Suppose you are in charge of estimating the relative incidence in Germany on a national level. Let's say you have a certain varying budget of tests to distribute each day. However, you do _not_ know the total number of tests available at the start of the day. Instead as the day progresses you are informed about new test capacities in batches of tests. You have to distribute this testing capacity immediately as it becomes available. To do so, after receiving a new batch of tests you can ask a designated contact in any county to test a certain number of randomly selected people in that county. 

How would you distribute the tests arriving in batches to estimate the relative incidence in Germany without introducing (sampling) bias?

**Task:** Implement an algorithm to sample from a categorical distribution over arbitrary categories given a vector of probability weights and a function returning uniform random samples on the unit interval. That is, an algorithm which draws with replacement from a fixed number of categories according to a set of weights.

*Note:* Any other sampling functionality from `numpy` or `scipy` beyond `np.random.uniform` should not be used!

In [117]:
def sample_categorical(categ, p, size=()):
    """
    Sample from a categorical distribution.

    Parameters
    ----------
    categ : array-like, shape=(n,)
        Categories to sample from.
    p : array-like, shape=(n,)
        Probability weights of drawing from the different categories.
    size : tuple
        Size of the sample.
    """
    samples = np.empty(size, dtype=object)
    prob = p / np.sum(p)
    cumsum = np.cumsum(prob)
    for i in range(samples.shape[0]):
        for j in range(samples.shape[1]):

            rand = np.random.uniform()
            arr = np.where(rand <= cumsum)
            idx = arr[0][0]
            samples[i][j] = categ[idx]
            
    return samples

In [118]:
t = sample_categorical(categ=["a", "b", "c"], p = [1, 4, 6], size=(4, 5))
t

array([['b', 'a', 'c', 'c', 'b'],
       ['b', 'c', 'c', 'b', 'b'],
       ['c', 'c', 'c', 'b', 'a'],
       ['a', 'b', 'b', 'c', 'a']], dtype=object)
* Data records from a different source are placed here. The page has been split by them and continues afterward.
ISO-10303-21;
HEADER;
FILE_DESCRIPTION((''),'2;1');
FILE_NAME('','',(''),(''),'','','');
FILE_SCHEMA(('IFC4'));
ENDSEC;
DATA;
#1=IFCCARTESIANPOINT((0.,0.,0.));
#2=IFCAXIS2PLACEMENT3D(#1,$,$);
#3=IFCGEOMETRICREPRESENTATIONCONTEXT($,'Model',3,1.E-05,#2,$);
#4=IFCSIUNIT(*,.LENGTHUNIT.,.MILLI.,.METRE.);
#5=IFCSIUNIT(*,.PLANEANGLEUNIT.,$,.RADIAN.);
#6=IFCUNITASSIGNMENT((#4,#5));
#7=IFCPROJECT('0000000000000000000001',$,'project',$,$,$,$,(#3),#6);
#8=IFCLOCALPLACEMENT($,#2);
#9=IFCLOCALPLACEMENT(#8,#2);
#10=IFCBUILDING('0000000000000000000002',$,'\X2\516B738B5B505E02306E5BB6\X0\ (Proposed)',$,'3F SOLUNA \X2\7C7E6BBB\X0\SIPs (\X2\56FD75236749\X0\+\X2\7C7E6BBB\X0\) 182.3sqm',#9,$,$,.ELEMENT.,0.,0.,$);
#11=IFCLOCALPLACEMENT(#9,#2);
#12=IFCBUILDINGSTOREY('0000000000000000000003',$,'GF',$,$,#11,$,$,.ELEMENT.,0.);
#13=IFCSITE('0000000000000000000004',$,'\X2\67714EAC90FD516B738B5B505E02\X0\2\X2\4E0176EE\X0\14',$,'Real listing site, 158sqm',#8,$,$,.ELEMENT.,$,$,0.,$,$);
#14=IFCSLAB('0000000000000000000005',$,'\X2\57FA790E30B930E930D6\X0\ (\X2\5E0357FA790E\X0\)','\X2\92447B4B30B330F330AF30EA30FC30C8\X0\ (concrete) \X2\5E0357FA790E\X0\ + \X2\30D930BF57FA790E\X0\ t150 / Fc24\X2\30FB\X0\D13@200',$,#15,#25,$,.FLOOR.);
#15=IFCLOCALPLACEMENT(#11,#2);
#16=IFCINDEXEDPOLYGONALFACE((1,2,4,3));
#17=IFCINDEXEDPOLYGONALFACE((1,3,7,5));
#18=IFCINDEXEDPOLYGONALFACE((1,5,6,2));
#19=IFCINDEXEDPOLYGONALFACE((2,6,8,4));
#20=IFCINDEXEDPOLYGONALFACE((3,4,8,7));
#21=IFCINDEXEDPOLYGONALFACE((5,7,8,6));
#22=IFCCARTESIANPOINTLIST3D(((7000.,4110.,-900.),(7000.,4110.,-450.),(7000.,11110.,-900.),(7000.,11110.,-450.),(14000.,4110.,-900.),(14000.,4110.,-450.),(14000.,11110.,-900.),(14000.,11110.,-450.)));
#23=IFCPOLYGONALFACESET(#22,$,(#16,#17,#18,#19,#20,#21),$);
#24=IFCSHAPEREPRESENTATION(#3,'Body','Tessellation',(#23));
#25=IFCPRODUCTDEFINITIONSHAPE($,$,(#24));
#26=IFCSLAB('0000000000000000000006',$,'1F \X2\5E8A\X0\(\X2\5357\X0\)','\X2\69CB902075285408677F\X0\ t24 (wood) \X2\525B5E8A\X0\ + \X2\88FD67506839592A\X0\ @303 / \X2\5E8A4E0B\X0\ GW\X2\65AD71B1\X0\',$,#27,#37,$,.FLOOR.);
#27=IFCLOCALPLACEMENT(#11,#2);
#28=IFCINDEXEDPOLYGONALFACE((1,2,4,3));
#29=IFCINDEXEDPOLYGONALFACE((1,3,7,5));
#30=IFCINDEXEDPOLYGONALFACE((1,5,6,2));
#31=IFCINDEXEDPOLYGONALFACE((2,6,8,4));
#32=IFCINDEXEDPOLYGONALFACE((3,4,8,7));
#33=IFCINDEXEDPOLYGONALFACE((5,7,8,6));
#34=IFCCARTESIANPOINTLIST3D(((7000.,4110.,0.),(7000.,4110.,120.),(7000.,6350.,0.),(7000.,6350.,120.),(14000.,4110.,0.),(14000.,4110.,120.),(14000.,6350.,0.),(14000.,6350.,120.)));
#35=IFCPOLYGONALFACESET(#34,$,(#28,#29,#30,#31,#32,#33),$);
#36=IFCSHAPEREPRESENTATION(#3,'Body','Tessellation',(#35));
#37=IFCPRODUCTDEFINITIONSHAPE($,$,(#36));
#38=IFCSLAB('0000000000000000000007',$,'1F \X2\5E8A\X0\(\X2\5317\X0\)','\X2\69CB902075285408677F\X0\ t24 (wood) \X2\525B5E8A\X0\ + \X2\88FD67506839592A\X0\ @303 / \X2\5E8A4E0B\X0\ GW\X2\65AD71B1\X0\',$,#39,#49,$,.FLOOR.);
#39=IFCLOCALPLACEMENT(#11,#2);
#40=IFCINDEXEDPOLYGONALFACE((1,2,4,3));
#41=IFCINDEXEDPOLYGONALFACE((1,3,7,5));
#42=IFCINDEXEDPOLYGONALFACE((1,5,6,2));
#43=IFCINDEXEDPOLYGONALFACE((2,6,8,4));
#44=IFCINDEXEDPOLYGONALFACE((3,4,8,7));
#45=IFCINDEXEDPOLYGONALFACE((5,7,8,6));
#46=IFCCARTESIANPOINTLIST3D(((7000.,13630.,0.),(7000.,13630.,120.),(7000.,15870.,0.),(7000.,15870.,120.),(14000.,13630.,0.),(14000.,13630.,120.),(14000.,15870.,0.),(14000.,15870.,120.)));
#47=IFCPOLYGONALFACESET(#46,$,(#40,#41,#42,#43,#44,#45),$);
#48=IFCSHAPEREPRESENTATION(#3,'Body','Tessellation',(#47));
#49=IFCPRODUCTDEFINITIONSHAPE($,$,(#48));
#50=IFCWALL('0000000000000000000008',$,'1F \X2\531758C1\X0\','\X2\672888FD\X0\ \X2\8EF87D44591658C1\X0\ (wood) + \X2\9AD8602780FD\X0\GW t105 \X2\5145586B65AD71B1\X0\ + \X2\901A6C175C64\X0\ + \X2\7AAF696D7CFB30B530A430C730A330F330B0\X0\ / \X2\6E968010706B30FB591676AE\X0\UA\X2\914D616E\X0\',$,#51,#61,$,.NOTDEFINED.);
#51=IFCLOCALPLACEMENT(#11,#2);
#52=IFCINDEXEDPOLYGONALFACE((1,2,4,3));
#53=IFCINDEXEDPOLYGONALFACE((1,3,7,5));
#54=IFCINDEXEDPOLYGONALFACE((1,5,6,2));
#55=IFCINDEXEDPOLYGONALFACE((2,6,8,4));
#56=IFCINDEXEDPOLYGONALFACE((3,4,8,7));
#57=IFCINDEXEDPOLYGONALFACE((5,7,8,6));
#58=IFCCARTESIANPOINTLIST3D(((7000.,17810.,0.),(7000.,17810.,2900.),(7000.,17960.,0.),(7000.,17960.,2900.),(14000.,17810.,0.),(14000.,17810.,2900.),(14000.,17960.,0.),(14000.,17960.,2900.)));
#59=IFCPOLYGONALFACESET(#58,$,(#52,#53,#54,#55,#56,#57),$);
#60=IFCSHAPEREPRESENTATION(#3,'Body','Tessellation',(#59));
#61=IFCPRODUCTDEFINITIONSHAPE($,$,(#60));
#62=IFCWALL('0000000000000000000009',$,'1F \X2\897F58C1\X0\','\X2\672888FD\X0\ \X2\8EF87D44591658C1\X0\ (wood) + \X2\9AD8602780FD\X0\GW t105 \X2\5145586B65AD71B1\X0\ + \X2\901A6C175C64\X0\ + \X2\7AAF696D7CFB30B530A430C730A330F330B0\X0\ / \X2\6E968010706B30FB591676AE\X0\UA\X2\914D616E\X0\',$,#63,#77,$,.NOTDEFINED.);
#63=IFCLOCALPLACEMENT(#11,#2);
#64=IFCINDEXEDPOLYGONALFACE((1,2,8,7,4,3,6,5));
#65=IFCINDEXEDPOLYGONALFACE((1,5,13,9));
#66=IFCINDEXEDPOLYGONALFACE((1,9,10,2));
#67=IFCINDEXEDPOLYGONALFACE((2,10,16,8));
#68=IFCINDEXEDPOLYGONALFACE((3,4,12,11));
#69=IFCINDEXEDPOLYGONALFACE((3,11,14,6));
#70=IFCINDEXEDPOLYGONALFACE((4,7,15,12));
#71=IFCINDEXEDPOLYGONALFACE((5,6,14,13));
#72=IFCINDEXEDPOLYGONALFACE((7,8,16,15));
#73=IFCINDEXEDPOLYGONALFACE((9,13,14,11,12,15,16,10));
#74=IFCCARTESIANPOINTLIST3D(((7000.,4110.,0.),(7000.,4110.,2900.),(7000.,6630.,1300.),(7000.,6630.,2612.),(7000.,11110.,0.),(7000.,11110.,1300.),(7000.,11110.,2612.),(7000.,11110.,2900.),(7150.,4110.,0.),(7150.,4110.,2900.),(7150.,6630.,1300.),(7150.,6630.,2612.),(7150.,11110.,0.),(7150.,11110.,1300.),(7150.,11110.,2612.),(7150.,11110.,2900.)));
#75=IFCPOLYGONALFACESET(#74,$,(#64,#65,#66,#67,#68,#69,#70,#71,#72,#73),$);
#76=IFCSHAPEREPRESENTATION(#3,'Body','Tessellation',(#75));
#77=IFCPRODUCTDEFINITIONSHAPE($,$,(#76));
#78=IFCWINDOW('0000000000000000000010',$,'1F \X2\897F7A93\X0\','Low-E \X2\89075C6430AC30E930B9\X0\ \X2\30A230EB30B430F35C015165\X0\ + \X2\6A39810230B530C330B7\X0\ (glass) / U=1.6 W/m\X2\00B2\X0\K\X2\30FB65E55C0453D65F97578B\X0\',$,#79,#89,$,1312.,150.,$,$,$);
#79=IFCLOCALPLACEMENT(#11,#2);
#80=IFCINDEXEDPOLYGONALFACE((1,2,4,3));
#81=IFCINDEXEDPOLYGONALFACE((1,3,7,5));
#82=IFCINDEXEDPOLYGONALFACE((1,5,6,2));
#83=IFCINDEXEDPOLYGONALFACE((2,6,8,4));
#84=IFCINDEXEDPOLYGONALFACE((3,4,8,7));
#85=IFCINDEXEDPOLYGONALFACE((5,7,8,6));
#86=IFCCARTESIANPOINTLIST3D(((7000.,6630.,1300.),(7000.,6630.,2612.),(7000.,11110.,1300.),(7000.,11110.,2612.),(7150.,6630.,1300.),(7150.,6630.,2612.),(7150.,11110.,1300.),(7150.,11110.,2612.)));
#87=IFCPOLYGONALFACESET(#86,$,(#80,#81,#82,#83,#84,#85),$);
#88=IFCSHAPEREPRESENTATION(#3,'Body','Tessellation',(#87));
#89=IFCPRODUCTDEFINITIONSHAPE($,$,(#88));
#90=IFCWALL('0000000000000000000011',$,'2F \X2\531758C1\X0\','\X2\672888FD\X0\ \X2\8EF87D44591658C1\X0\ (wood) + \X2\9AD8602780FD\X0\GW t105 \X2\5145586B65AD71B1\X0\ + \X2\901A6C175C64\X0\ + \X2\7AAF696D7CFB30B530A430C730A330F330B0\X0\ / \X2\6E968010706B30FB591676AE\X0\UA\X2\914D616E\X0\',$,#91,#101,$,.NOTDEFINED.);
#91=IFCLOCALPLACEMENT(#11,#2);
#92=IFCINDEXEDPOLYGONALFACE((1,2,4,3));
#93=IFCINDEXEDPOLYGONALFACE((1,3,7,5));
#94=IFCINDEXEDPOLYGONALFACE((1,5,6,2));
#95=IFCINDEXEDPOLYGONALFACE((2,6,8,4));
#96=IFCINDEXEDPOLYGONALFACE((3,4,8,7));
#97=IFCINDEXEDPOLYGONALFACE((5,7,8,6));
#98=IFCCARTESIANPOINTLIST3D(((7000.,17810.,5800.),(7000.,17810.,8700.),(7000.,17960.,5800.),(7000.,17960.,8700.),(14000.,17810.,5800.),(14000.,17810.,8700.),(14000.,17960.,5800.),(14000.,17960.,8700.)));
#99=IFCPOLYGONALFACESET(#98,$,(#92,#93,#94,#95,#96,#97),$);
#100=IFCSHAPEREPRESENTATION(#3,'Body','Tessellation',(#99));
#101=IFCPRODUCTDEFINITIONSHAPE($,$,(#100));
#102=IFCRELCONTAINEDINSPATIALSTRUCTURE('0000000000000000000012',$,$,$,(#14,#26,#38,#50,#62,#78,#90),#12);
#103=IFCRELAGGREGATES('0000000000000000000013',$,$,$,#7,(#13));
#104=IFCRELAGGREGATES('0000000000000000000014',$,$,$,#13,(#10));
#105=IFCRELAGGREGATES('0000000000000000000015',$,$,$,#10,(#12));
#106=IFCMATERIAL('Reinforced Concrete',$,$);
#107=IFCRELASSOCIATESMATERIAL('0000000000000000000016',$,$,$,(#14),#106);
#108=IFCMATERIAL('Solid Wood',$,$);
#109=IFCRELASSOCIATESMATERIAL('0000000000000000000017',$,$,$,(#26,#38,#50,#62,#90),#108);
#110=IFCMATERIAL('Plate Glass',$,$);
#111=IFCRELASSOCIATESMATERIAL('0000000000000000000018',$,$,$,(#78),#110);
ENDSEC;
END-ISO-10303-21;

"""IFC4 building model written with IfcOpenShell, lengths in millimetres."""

from ifc_helpers import new_model, si_unit, frame, frame_2d, origin, place, context, project, spatial, rectangle, extrude, material, element, fill, save


model = new_model("IFC4")

# Units and contexts
model_context = context("Model", 3, precision=1e-05, world=origin())
ifc_project = project(units=[si_unit("LENGTHUNIT", "METRE", prefix="MILLI"), si_unit("PLANEANGLEUNIT", "RADIAN")], contexts=[model_context])

# Site, building, storey
site_placement = place(None, origin())
site = spatial("IfcSite", under=ifc_project, at=site_placement, Name="東京都八王子市2丁目14", ObjectType="Real listing site, 158sqm", CompositionType="ELEMENT", RefElevation=0.0)
building_placement = place(site_placement, origin())
building = spatial("IfcBuilding", under=site, at=building_placement, Name="八王子市の家 (Proposed)", ObjectType="3F SOLUNA 籾殻SIPs (国産杉+籾殻) 182.3sqm", CompositionType="ELEMENT", ElevationOfRefHeight=0.0, ElevationOfTerrain=0.0)
storey_placement = place(building_placement, origin())
storey = spatial("IfcBuildingStorey", under=building, at=storey_placement, Name="GF", CompositionType="ELEMENT", Elevation=0.0)

# Slabs
ifc_material_1 = material(Name="Reinforced Concrete")
slab_1_placement = place(storey_placement, frame((3500.0, 2055.0, -450.0)))
element("IfcSlab", 1, at=slab_1_placement, inside=storey, material=ifc_material_1, Name="基礎スラブ (布基礎)", Description="鉄筋コンクリート (concrete) 布基礎 + ベタ基礎 t150 / Fc24・D13@200", PredefinedType="FLOOR", context=model_context, shape_type="SweptSolid", body=[
    extrude(rectangle(XDim=7000.0, YDim=7000.0, at=frame_2d((3500.0, 3500.0))), frame((3500.0, 2055.0, -450.0)), (0.0, 0.0, 1.0), 450.0),
])
ifc_material_2 = material(Name="Solid Wood")
slab_2_placement = place(storey_placement, frame((3500.0, 2055.0, 0.0)))
element("IfcSlab", 2, at=slab_2_placement, inside=storey, material=ifc_material_2, Name="1F 床(南)", Description="構造用合板 t24 (wood) 剛床 + 製材根太 @303 / 床下 GW断熱", PredefinedType="FLOOR", context=model_context, shape_type="SweptSolid", body=[
    extrude(rectangle(XDim=7000.0, YDim=2240.0, at=frame_2d((3500.0, 1120.0))), frame((3500.0, 2055.0, 0.0)), (0.0, 0.0, 1.0), 120.0),
])
slab_3_placement = place(storey_placement, frame((3500.0, 6815.0, 0.0)))
element("IfcSlab", 3, at=slab_3_placement, inside=storey, material=ifc_material_2, Name="1F 床(北)", Description="構造用合板 t24 (wood) 剛床 + 製材根太 @303 / 床下 GW断熱", PredefinedType="FLOOR", context=model_context, shape_type="SweptSolid", body=[
    extrude(rectangle(XDim=7000.0, YDim=2240.0, at=frame_2d((3500.0, 1120.0))), frame((3500.0, 6815.0, 0.0)), (0.0, 0.0, 1.0), 120.0),
])

# Shared definitions
ifc_material_3 = material(Name="Plate Glass")

# Wall
wall_1_placement = place(storey_placement, frame((3500.0, 8905.0, 0.0)))
element("IfcWall", 4, at=wall_1_placement, inside=storey, material=ifc_material_2, Name="1F 北壁", Description="木製 軸組外壁 (wood) + 高性能GW t105 充填断熱 + 通気層 + 窯業系サイディング / 準耐火・外皮UA配慮", PredefinedType="NOTDEFINED", context=model_context, shape_type="SweptSolid", body=[
    extrude(rectangle(XDim=7000.0, YDim=150.0, at=frame_2d((3500.0, 75.0))), frame((3500.0, 8905.0, 0.0)), (0.0, 0.0, 1.0), 2900.0),
])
**Task:** Using the above sampling algorithm design a testing strategy which allocates a newly received batch of tests across the different counties at any time of the day. 

In [119]:
categ = germany_geo_df['GEN'].values
p = germany_geo_df['EWZ'].values
categ.shape, p.shape

((401,), (401,))

In [135]:
def testing_strategy(n_tests, counties, population):
    """
    Testing strategy for COVID-19 on a county level.

    Parameters
    ----------
    n_tests : int
        Number of available tests.
    counties : array-like
        Counties where tests can be distributed.
    population : array-like
        Population of each county.
    """
    sample_test = sample_categorical(counties, population, (1,n_tests))
    unique, counts = np.unique(sample_test, return_counts=True)
    return dict(zip(unique, counts))

In [138]:
testing_strategy(10, categ, p)

{'Augsburg': 1,
 'Donau-Ries': 1,
 'Frankfurt am Main': 1,
 'Heidekreis': 1,
 'Karlsruhe': 1,
 'Main-Kinzig-Kreis': 1,
 'Osnabrück': 1,
 'Rems-Murr-Kreis': 1,
 'Westerwaldkreis': 2}

**Task:** How would you argue that your sampling strategy is *unbiased*, meaning that it constitutes a representative sample of the German population?  

It is unbiased since every citizen of germany at any time of the day has an equal probability of receiving a test (assuming the are distributed without any bias within a county). This is due to taking the proportion of citizens per county into account and distributing the test independently of previous samples.